━━━━━ Source data

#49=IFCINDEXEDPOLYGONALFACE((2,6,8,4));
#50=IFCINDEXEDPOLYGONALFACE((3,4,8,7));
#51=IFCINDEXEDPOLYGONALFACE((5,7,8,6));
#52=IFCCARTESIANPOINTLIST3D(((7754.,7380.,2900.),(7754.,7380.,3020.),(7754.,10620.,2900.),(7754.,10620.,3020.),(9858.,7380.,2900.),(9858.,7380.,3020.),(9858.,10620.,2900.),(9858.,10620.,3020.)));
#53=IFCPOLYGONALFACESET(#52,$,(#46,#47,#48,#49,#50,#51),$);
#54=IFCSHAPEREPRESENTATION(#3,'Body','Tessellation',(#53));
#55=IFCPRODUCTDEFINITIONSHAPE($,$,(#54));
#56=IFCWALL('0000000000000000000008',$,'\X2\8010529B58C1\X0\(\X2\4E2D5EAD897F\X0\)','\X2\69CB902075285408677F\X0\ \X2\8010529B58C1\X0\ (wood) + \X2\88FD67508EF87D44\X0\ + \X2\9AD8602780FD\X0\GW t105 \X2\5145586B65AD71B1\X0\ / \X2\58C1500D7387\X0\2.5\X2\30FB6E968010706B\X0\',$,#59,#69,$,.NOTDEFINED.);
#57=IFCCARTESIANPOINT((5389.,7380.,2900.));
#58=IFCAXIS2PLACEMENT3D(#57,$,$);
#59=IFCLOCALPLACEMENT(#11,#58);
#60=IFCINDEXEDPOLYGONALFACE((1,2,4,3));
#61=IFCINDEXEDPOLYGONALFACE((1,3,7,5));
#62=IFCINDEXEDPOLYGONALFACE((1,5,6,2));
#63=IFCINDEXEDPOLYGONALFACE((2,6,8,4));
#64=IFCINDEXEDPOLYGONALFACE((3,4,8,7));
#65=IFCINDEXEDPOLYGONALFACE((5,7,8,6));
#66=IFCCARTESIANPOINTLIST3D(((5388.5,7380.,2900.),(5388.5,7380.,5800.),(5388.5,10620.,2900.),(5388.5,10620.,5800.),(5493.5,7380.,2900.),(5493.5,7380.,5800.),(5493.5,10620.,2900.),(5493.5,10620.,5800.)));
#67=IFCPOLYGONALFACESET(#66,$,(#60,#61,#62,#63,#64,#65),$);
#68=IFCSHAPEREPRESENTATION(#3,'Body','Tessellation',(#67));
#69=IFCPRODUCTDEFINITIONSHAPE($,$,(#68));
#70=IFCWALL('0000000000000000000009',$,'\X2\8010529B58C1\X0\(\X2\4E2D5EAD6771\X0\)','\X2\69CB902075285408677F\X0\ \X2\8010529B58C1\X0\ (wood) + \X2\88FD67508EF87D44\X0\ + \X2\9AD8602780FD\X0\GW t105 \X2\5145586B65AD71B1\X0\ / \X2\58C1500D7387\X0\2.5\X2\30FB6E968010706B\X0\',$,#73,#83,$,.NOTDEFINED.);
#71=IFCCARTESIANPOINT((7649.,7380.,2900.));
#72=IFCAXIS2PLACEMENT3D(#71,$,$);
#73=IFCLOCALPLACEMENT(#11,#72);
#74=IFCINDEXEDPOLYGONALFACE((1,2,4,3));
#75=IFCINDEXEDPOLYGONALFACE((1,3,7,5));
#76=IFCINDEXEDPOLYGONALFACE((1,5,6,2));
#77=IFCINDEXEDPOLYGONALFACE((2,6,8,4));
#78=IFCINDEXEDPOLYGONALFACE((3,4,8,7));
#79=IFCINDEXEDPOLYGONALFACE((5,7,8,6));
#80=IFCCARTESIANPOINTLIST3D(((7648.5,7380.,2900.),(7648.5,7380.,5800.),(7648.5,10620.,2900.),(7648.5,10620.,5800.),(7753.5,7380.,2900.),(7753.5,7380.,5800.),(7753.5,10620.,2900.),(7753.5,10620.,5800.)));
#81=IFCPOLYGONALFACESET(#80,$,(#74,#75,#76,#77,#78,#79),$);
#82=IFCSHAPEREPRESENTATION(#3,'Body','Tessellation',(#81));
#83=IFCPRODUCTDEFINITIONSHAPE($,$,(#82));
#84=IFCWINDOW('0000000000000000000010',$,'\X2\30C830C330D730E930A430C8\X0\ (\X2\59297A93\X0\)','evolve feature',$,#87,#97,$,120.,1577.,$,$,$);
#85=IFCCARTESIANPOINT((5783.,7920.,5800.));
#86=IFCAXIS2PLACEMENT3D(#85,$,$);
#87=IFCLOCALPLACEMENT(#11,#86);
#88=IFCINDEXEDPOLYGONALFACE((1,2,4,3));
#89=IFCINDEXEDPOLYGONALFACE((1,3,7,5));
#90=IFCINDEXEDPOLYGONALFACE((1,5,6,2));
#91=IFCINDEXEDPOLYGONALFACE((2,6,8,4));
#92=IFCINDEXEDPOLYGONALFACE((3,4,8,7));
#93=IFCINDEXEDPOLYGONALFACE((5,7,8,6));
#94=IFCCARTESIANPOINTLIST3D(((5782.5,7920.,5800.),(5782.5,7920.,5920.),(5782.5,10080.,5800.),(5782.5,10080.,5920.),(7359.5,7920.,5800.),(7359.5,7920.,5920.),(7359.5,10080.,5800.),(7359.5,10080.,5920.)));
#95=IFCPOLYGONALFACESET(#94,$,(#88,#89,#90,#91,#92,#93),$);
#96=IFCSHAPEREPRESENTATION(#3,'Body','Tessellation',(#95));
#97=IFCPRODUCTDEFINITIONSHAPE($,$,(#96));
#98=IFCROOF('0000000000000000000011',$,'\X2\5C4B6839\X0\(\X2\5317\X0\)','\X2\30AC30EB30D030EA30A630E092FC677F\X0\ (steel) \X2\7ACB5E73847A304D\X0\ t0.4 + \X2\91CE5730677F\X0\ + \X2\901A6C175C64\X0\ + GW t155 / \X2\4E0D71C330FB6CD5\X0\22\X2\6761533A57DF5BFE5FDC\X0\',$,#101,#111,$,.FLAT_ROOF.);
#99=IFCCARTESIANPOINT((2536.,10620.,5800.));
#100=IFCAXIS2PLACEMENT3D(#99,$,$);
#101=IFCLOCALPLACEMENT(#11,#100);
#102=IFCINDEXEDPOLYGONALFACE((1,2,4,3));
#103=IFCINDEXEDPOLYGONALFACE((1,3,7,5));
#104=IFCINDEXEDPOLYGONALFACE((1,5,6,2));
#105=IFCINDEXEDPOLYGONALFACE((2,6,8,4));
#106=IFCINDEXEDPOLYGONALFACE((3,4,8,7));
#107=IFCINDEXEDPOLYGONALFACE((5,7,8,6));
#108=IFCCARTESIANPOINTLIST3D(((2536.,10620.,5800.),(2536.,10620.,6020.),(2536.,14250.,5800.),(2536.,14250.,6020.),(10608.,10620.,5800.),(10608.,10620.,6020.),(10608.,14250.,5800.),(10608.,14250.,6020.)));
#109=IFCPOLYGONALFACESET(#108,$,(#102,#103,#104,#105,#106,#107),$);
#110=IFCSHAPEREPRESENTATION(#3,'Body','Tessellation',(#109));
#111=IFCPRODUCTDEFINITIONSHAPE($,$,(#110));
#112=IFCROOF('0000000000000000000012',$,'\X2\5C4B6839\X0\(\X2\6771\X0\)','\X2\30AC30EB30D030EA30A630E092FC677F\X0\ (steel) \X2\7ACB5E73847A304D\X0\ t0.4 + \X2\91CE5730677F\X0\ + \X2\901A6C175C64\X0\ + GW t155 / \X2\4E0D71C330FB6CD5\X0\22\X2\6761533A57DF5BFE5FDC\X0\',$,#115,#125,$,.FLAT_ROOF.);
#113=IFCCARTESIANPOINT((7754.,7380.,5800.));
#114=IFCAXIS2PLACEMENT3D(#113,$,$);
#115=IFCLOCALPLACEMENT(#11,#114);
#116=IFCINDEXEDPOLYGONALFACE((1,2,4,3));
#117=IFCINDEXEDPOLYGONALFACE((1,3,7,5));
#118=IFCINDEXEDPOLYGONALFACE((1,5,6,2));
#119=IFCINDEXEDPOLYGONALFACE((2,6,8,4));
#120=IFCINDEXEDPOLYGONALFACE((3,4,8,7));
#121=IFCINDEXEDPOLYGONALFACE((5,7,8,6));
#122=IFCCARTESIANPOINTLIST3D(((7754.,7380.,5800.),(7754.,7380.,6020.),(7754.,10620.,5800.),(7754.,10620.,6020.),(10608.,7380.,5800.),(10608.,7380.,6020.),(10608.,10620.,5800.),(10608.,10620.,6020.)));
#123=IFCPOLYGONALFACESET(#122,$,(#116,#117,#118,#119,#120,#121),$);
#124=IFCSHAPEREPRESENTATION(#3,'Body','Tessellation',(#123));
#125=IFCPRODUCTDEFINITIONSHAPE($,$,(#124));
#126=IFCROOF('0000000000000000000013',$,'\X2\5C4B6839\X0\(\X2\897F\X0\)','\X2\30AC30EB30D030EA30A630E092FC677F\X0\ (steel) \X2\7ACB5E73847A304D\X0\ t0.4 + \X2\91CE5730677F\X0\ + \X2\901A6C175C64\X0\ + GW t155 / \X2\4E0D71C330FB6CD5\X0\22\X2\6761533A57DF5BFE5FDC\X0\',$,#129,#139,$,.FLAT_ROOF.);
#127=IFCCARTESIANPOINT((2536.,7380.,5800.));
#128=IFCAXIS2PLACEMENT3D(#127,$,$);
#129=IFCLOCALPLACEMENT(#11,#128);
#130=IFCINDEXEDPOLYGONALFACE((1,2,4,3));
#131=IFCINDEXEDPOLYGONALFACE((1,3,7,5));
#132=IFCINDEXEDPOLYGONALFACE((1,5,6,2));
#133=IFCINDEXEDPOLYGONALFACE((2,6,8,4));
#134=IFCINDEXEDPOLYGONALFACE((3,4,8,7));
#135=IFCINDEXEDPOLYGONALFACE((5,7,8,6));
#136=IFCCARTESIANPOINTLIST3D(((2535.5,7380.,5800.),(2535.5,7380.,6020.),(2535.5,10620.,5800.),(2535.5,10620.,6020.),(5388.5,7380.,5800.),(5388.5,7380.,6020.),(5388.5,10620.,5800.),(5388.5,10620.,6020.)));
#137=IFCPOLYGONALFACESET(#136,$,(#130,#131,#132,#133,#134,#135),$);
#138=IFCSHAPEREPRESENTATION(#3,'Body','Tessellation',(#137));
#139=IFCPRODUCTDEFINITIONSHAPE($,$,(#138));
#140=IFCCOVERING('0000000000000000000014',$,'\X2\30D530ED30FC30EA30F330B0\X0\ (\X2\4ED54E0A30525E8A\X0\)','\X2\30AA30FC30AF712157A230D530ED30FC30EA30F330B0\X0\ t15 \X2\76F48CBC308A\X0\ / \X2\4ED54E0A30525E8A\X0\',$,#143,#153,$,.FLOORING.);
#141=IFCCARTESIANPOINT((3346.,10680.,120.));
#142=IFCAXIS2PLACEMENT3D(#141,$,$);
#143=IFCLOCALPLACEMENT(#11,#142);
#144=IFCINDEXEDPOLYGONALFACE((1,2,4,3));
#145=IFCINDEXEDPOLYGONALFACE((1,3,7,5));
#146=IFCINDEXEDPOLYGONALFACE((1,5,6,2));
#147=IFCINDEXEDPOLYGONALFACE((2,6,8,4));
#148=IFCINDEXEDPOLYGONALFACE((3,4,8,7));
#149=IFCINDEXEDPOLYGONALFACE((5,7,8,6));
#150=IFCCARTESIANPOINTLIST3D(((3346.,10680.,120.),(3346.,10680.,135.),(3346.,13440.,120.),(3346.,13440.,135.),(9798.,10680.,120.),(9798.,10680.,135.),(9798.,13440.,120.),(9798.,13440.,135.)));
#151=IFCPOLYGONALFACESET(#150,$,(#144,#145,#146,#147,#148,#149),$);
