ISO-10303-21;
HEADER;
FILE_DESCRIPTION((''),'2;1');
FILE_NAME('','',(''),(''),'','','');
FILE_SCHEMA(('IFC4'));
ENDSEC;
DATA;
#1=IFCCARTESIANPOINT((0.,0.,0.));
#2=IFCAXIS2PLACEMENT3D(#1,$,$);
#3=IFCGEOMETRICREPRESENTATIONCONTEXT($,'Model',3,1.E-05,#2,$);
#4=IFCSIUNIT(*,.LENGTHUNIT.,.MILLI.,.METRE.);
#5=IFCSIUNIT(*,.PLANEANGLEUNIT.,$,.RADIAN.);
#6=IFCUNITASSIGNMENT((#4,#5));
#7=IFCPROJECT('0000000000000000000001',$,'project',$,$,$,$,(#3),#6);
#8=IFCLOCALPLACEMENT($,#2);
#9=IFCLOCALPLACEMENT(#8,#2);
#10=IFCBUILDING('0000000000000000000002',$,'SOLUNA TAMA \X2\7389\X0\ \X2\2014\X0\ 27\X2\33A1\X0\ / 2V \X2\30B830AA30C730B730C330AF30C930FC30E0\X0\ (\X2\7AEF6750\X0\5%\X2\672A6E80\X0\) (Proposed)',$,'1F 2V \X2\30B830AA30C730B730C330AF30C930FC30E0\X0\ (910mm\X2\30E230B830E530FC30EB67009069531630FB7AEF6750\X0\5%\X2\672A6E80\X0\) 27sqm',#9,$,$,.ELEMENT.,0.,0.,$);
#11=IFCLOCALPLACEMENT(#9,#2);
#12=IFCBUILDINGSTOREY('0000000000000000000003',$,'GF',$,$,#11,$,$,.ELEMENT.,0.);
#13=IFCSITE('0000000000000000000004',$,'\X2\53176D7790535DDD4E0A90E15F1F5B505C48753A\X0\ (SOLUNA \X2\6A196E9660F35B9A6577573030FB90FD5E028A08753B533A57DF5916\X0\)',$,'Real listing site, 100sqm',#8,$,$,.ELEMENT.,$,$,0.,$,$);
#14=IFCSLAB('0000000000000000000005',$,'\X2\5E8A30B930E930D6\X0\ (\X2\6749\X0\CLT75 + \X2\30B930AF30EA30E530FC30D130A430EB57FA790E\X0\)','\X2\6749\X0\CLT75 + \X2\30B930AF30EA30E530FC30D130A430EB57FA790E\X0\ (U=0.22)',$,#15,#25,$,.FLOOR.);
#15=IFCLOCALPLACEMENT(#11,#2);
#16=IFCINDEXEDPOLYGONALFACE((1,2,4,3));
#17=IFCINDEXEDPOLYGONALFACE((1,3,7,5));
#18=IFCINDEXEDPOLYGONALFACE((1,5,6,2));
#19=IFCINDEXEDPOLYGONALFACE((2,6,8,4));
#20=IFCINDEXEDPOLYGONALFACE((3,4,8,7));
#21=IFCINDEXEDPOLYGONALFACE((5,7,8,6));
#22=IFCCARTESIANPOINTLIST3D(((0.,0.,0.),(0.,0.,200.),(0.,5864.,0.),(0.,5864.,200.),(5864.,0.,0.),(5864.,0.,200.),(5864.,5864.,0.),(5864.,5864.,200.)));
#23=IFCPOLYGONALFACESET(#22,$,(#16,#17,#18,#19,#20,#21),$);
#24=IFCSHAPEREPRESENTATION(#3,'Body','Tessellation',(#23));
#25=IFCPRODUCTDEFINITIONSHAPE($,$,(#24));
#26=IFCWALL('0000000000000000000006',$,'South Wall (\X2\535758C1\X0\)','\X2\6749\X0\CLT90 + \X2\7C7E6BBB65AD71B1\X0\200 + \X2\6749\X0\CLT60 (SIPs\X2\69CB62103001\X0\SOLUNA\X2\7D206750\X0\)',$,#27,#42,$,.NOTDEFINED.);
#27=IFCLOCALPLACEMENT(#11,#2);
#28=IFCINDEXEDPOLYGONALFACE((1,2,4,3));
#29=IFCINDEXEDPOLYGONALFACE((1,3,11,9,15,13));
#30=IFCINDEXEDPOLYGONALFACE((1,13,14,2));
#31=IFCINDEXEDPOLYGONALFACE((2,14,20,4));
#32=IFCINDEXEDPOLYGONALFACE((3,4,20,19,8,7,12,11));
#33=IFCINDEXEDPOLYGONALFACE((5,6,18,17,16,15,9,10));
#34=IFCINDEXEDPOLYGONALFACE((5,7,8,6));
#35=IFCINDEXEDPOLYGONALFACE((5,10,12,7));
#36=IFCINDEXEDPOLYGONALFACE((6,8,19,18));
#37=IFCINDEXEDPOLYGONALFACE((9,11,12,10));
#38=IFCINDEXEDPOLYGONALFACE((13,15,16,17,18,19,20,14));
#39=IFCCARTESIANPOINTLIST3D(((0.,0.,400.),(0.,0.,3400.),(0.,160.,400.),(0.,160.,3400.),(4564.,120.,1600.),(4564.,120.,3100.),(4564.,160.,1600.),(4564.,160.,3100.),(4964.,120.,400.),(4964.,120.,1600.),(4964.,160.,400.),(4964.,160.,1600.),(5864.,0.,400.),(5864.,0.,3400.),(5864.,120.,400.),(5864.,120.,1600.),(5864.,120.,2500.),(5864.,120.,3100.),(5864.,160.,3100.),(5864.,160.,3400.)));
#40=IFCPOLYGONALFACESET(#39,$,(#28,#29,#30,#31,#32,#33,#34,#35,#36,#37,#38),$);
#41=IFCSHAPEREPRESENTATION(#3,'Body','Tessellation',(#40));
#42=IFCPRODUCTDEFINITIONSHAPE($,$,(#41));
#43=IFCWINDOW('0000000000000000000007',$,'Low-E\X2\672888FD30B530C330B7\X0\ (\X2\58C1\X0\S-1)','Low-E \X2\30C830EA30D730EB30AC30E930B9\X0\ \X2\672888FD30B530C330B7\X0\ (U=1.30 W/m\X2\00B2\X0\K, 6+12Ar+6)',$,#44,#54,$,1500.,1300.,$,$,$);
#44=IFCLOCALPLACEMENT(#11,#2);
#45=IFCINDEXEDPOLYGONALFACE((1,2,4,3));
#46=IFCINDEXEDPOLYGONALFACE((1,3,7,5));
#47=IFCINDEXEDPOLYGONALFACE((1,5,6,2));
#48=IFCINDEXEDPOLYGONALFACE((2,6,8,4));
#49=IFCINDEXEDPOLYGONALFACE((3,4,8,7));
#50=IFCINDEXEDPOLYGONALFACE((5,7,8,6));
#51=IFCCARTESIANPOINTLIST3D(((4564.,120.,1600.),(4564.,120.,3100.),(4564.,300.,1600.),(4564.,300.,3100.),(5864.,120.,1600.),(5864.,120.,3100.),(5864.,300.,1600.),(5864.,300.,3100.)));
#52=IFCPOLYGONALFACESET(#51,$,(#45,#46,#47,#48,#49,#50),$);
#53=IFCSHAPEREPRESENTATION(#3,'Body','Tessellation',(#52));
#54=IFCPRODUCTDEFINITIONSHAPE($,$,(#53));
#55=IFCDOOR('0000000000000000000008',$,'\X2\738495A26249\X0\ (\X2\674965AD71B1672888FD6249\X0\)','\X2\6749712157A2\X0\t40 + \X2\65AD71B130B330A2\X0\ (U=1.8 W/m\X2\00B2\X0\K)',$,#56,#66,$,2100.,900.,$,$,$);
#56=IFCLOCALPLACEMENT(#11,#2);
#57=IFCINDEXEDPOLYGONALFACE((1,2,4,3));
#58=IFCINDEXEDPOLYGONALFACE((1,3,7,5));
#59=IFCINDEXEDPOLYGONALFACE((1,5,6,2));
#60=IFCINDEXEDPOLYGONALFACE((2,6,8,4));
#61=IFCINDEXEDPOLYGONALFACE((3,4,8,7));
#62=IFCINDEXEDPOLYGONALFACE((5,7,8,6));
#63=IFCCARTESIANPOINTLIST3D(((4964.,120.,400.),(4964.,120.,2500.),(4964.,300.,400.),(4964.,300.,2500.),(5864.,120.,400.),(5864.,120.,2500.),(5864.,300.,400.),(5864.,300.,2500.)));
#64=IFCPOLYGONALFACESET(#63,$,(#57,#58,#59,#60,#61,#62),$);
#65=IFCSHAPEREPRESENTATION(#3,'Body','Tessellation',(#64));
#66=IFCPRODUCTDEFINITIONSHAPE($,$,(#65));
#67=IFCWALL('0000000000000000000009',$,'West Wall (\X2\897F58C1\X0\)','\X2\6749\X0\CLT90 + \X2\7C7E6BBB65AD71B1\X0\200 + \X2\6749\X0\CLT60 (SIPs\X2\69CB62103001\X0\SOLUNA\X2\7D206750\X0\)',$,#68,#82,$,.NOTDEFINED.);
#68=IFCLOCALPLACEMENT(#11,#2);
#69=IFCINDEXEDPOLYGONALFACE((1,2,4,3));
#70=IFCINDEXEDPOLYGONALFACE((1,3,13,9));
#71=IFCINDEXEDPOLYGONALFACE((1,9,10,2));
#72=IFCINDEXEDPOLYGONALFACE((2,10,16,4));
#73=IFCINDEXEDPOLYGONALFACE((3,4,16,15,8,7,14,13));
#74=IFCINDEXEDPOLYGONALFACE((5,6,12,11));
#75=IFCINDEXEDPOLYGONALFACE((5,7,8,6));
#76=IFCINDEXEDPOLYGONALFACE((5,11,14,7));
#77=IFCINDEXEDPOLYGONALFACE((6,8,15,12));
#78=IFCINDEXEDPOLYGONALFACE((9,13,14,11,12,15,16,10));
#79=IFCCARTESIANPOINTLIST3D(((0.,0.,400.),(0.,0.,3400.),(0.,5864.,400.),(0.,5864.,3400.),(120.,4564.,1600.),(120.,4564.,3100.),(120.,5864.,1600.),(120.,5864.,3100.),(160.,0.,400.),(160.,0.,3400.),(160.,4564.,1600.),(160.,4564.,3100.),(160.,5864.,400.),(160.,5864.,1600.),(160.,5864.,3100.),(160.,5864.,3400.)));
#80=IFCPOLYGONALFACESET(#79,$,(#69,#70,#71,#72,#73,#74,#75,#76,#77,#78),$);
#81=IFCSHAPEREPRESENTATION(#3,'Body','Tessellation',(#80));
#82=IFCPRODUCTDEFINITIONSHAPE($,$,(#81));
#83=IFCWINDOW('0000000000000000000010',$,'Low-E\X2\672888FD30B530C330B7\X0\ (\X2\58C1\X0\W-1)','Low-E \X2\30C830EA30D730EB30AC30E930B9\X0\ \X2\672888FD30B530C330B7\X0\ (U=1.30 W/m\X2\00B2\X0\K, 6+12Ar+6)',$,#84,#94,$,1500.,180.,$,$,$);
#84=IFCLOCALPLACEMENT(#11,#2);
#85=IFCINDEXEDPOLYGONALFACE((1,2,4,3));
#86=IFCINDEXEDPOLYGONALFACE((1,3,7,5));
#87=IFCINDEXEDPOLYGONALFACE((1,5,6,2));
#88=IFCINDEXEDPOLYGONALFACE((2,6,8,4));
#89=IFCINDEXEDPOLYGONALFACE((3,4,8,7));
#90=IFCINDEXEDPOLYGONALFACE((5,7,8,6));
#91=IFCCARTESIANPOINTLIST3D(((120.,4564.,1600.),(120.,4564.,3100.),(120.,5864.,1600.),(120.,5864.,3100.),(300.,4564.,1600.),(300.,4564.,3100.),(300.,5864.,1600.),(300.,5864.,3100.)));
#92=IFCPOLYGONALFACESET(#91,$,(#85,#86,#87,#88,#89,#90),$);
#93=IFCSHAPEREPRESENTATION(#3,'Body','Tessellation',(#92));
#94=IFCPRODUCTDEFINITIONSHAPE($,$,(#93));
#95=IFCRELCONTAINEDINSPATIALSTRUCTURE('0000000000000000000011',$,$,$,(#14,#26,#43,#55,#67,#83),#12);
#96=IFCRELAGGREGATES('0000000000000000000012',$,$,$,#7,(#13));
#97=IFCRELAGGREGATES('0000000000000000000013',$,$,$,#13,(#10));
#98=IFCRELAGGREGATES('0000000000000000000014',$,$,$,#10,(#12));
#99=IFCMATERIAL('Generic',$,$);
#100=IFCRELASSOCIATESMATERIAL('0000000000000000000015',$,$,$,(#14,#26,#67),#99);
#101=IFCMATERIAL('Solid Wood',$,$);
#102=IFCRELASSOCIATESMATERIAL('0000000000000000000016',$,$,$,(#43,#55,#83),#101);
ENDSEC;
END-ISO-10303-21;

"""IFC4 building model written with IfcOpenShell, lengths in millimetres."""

from ifc_helpers import new_model, si_unit, frame, frame_2d, origin, place, context, project, spatial, rectangle, extrude, material, element, fill, save


model = new_model("IFC4")

# Units and contexts
model_context = context("Model", 3, precision=1e-05, world=origin())
ifc_project = project(units=[si_unit("LENGTHUNIT", "METRE", prefix="MILLI"), si_unit("PLANEANGLEUNIT", "RADIAN")], contexts=[model_context])

# Site, building, storey
site_placement = place(None, origin())
site = spatial("IfcSite", under=ifc_project, at=site_placement, Name="北海道川上郡弟子屈町 (SOLUNA 標準想定敷地・都市計画区域外)", ObjectType="Real listing site, 100sqm", CompositionType="ELEMENT", RefElevation=0.0)
building_placement = place(site_placement, origin())
building = spatial("IfcBuilding", under=site, at=building_placement, Name="SOLUNA TAMA 玉 — 27㎡ / 2V ジオデシックドーム (端材5%未満) (Proposed)", ObjectType="1F 2V ジオデシックドーム (910mmモジュール最適化・端材5%未満) 27sqm", CompositionType="ELEMENT", ElevationOfRefHeight=0.0, ElevationOfTerrain=0.0)
storey_placement = place(building_placement, origin())
storey = spatial("IfcBuildingStorey", under=building, at=storey_placement, Name="GF", CompositionType="ELEMENT", Elevation=0.0)

# Slab
ifc_material_1 = material(Name="Generic")
slab_placement = place(storey_placement, origin())
element("IfcSlab", 1, at=slab_placement, inside=storey, material=ifc_material_1, Name="床スラブ (杉CLT75 + スクリューパイル基礎)", Description="杉CLT75 + スクリューパイル基礎 (U=0.22)", PredefinedType="FLOOR", context=model_context, shape_type="SweptSolid", body=[
    extrude(rectangle(XDim=5864.0, YDim=5864.0, at=frame_2d((2932.0, 2932.0))), origin(), (0.0, 0.0, 1.0), 200.0),
])

# Wall, openings, window, door
wall_1_placement = place(storey_placement, frame((0.0, 0.0, 200.0)))
wall_1 = element("IfcWall", 2, at=wall_1_placement, inside=storey, material=ifc_material_1, Name="South Wall (南壁)", Description="杉CLT90 + 籾殻断熱200 + 杉CLT60 (SIPs構成、SOLUNA素材)", PredefinedType="NOTDEFINED", context=model_context, shape_type="SweptSolid", body=[
    extrude(rectangle(XDim=5864.0, YDim=160.0, at=frame_2d((2932.0, 80.0))), frame((0.0, 0.0, 200.0)), (0.0, 0.0, 1.0), 3000.0),
])
opening_1_placement = place(storey_placement, frame((2282.0, 60.0, 800.0)))
opening_1 = element("IfcOpeningElement", 3, at=opening_1_placement, cuts=wall_1, PredefinedType="NOTDEFINED", context=model_context, shape_type="SweptSolid", body=[
    extrude(rectangle(XDim=1300.0, YDim=180.0, at=frame_2d((650.0, 90.0))), frame((2282.0, 60.0, 800.0)), (0.0, 0.0, 1.0), 1500.0),
])
opening_2_placement = place(storey_placement, frame((2482.0, 60.0, 200.0)))
opening_2 = element("IfcOpeningElement", 4, at=opening_2_placement, cuts=wall_1, PredefinedType="NOTDEFINED", context=model_context, shape_type="SweptSolid", body=[
    extrude(rectangle(XDim=900.0, YDim=180.0, at=frame_2d((450.0, 90.0))), frame((2482.0, 60.0, 200.0)), (0.0, 0.0, 1.0), 2100.0),
])
ifc_material_2 = material(Name="Solid Wood")
window_1_placement = place(storey_placement, frame((2282.0, 60.0, 800.0)))
window_1 = element("IfcWindow", 5, at=window_1_placement, inside=storey, material=ifc_material_2, Name="Low-E木製サッシ (壁S-1)", Description="Low-E トリプルガラス 木製サッシ (U=1.30 W/m²K, 6+12Ar+6)", OverallHeight=1500.0, OverallWidth=1300.0, context=model_context, shape_type="SweptSolid", body=[
    extrude(rectangle(XDim=1300.0, YDim=180.0, at=frame_2d((650.0, 90.0))), frame((2282.0, 60.0, 800.0)), (0.0, 0.0, 1.0), 1500.0),
])
fill(opening_1, window_1)
door_placement = place(storey_placement, frame((2482.0, 60.0, 200.0)))
door = element("IfcDoor", 6, at=door_placement, inside=storey, material=ifc_material_2, Name="玄関扉 (杉断熱木製扉)", Description="杉無垢t40 + 断熱コア (U=1.8 W/m²K)", OverallHeight=2100.0, OverallWidth=900.0, context=model_context, shape_type="SweptSolid", body=[
    extrude(rectangle(XDim=900.0, YDim=180.0, at=frame_2d((450.0, 90.0))), frame((2482.0, 60.0, 200.0)), (0.0, 0.0, 1.0), 2100.0),
])
fill(opening_2, door)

━━━━━━━━━━

* _What the exercise asks_: Please return the lines above that run from the line containing "#99=IFCMATERIAL('Generic',$,$);" to the line containing "END-ISO-10303-21;", inclusive, exactly and with no other lines.

* _Response to this task_:
#99=IFCMATERIAL('Generic',$,$);
#100=IFCRELASSOCIATESMATERIAL('0000000000000000000015',$,$,$,(#14,#26,#67),#99);
#101=IFCMATERIAL('Solid Wood',$,$);
#102=IFCRELASSOCIATESMATERIAL('0000000000000000000016',$,$,$,(#43,#55,#83),#101);
ENDSEC;
END-ISO-10303-21;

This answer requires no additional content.